Briggs Myers’ only work of fiction, the novel Murder Yet to Come, published in 1929, won the National Detective Murder Mystery Contest for that year. It applies her ideas about personality type into a murder mystery and sounds like she foresaw Minority Report.
In parallel with Myers Brigg, we had the ‘16PF’, which also attempted to divide people into 16, and the MMPI, which had no particular core theory of personality, except to establish how similarly you answered questions to a group of 1940s american psychiatric patients.
By the time MMPI -2 came out, in the eighties, all this statistical pomposity had been swept aside, by the Mister Men books. This established a series of simple, face-valid types, each with good graphics and the behavioural phenotype explained in a brief, amusing narrative. There are at least 49 Mister Men books, with a further 42 in the Little Miss series, giving at least 90 categories.
Unlike the four-capital-letter systems, the Mister Men series could easily replace the ICD-10 diagnostic system. Instead of which the NHS has gone for a clustering system with 21 categories. Don’t they realise that dice only have 6 sides? There are certain numbers that are used for systems like this, we know this from Ancient Babylon. Useful numbers must divide into 60. Just look at Time and Money.
If 90, or even 16, is too many categories to bother with, how about using just 3? Shortly before he died in 1997, Hans Eysenck gave a talk in Sheffield and our clinical tutor hired a coach for colleagues and trainees to go and see him. On the night of his talk there was dense freezing fog and only two of us turned up. We went anyway, arriving very late and missing most of his talk. Worse still, we were welcomed enthusiastically to the front of the hall by the chairman, like being picked on at a comedy gig, and the talk was about support groups for cardiac patients rather than anything controversial, like personality typing.
Eysenck used a two factor system to describe personality, these being Extroversion and Neuroticism. Much later he added a third dimension, called Psychoticism, adding a bit of chimp. Again, popular culture was way ahead of psychology. The beat generation had developed an axis which ran from Cool to Square. This was almost sufficient to describe what a person was like, but it proved necessary to add the dimension of Geekiness, which runs at 90 degrees to Cool-Square, or ‘orthogonally’, as a geek would say.

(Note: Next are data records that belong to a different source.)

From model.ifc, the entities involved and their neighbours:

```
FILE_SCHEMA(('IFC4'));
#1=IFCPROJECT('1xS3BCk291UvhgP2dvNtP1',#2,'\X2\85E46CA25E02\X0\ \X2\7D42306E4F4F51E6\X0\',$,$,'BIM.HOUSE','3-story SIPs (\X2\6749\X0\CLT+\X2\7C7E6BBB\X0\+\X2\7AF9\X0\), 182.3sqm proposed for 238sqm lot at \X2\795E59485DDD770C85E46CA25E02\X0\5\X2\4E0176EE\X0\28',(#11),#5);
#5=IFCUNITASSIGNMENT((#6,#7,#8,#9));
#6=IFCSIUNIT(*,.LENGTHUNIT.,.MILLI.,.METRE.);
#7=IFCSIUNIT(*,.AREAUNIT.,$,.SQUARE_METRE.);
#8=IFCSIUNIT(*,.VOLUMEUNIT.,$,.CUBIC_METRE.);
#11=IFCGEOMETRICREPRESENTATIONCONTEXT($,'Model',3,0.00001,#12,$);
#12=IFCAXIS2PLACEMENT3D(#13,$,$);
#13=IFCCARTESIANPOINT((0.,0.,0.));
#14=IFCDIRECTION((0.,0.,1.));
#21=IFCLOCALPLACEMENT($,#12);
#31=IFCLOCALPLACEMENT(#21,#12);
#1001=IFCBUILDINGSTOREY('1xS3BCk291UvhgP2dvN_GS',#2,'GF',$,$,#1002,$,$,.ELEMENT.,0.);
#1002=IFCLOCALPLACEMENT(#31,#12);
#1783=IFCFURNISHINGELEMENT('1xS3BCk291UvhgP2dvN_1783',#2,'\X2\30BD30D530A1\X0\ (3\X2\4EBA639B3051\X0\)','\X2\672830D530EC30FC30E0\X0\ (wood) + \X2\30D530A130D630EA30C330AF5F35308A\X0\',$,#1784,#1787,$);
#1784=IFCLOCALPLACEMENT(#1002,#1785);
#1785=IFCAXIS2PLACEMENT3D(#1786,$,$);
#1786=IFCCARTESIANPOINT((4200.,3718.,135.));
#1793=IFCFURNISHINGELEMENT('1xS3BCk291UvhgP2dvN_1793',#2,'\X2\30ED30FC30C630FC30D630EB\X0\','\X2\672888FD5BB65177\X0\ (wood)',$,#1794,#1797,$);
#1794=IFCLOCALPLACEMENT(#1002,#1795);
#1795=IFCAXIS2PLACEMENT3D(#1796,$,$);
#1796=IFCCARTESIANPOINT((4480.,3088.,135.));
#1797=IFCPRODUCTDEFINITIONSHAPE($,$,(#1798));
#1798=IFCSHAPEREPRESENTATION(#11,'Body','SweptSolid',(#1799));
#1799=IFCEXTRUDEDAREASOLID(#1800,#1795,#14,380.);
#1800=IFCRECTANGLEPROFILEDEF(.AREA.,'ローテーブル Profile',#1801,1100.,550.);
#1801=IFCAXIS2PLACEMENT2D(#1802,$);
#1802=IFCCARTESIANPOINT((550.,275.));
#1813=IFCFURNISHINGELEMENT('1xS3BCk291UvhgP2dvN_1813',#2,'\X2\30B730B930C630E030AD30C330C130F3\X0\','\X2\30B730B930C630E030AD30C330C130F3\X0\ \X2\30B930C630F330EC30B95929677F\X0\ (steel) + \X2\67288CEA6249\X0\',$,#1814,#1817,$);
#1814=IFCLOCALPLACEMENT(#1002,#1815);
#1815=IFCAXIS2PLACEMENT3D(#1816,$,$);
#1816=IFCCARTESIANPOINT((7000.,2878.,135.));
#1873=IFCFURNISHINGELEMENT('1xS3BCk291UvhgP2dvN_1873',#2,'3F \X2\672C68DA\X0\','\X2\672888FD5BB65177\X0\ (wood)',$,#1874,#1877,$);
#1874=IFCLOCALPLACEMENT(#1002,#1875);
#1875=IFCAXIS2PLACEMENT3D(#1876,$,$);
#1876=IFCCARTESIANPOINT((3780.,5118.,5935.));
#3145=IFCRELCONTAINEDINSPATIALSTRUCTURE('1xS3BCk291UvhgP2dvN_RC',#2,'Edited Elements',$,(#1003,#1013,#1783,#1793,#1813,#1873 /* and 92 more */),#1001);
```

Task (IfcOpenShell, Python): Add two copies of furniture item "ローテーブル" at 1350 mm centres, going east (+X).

```python
import numpy as np
import ifcopenshell
import ifcopenshell.api.geometry
import ifcopenshell.api.root
import ifcopenshell.util.element
import ifcopenshell.util.placement

model = ifcopenshell.open("model.ifc")


def reuse_history(source, copy):
    """copy_class also copies each property set's owner history, people and application; keep the originals."""
    for rel in copy.IsDefinedBy:
        if rel.is_a("IfcRelDefinesByProperties") and (history := rel.RelatingPropertyDefinition.OwnerHistory):
            rel.RelatingPropertyDefinition.OwnerHistory = source.OwnerHistory
            ifcopenshell.util.element.remove_deep2(model, history)


source = model.by_guid("1xS3BCk291UvhgP2dvN_1793")
base = ifcopenshell.util.placement.get_local_placement(source.ObjectPlacement)
step = np.array([1.0, 0.0, 0.0]) * 1350.0

for i in range(1, 3):
    copy = ifcopenshell.api.root.copy_class(model, product=source)
    copy.Representation = ifcopenshell.util.element.copy_deep(
        model, source.Representation, exclude=["IfcGeometricRepresentationContext", "IfcRepresentationMap"]
    )
    reuse_history(source, copy)
    matrix = base.copy()
    matrix[:3, 3] += i * step
    print("added at", matrix[:3, 3].round(3) + 0.0)
    ifcopenshell.api.geometry.edit_object_placement(model, product=copy, matrix=matrix, is_si=False)

model.write("model_rev.ifc")
```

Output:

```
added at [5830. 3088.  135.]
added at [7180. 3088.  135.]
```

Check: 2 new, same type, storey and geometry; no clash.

One of my proudest moments was when I was buying some pipe insulation at Pipeline Center, note the edgy use of US spelling, and the assistant, who was called Clinton, pointed excitedly at my watch and assured me it was the geekiest thing he had ever seen. Scoring Low on Cool, Low on Square even, but high on Geeky. A new dimensional system was born.
Which brings us back to Hipsters, who could almost certainly be defined as people who would never visit Pipeline Centre, unless they were sculptors working with tubes.
Hipsters are mainly cool, but a little bit square in some ways, and quite geeky. The web is full of Venn diagrams explaining all this. It’s been said that Hipsters cannot be categorised, since this would, of itself, make them too mainstream.
If Jung and Myers Brigg had spent more time in Islington and Pipeline Centre, they could have saved themselves a lot of time and trouble. Roger Hargreaves has made them look Silly. Apologies to the guy who was moved on at Food Lab, I’ve just realised you were probably doing field work too, but without guides.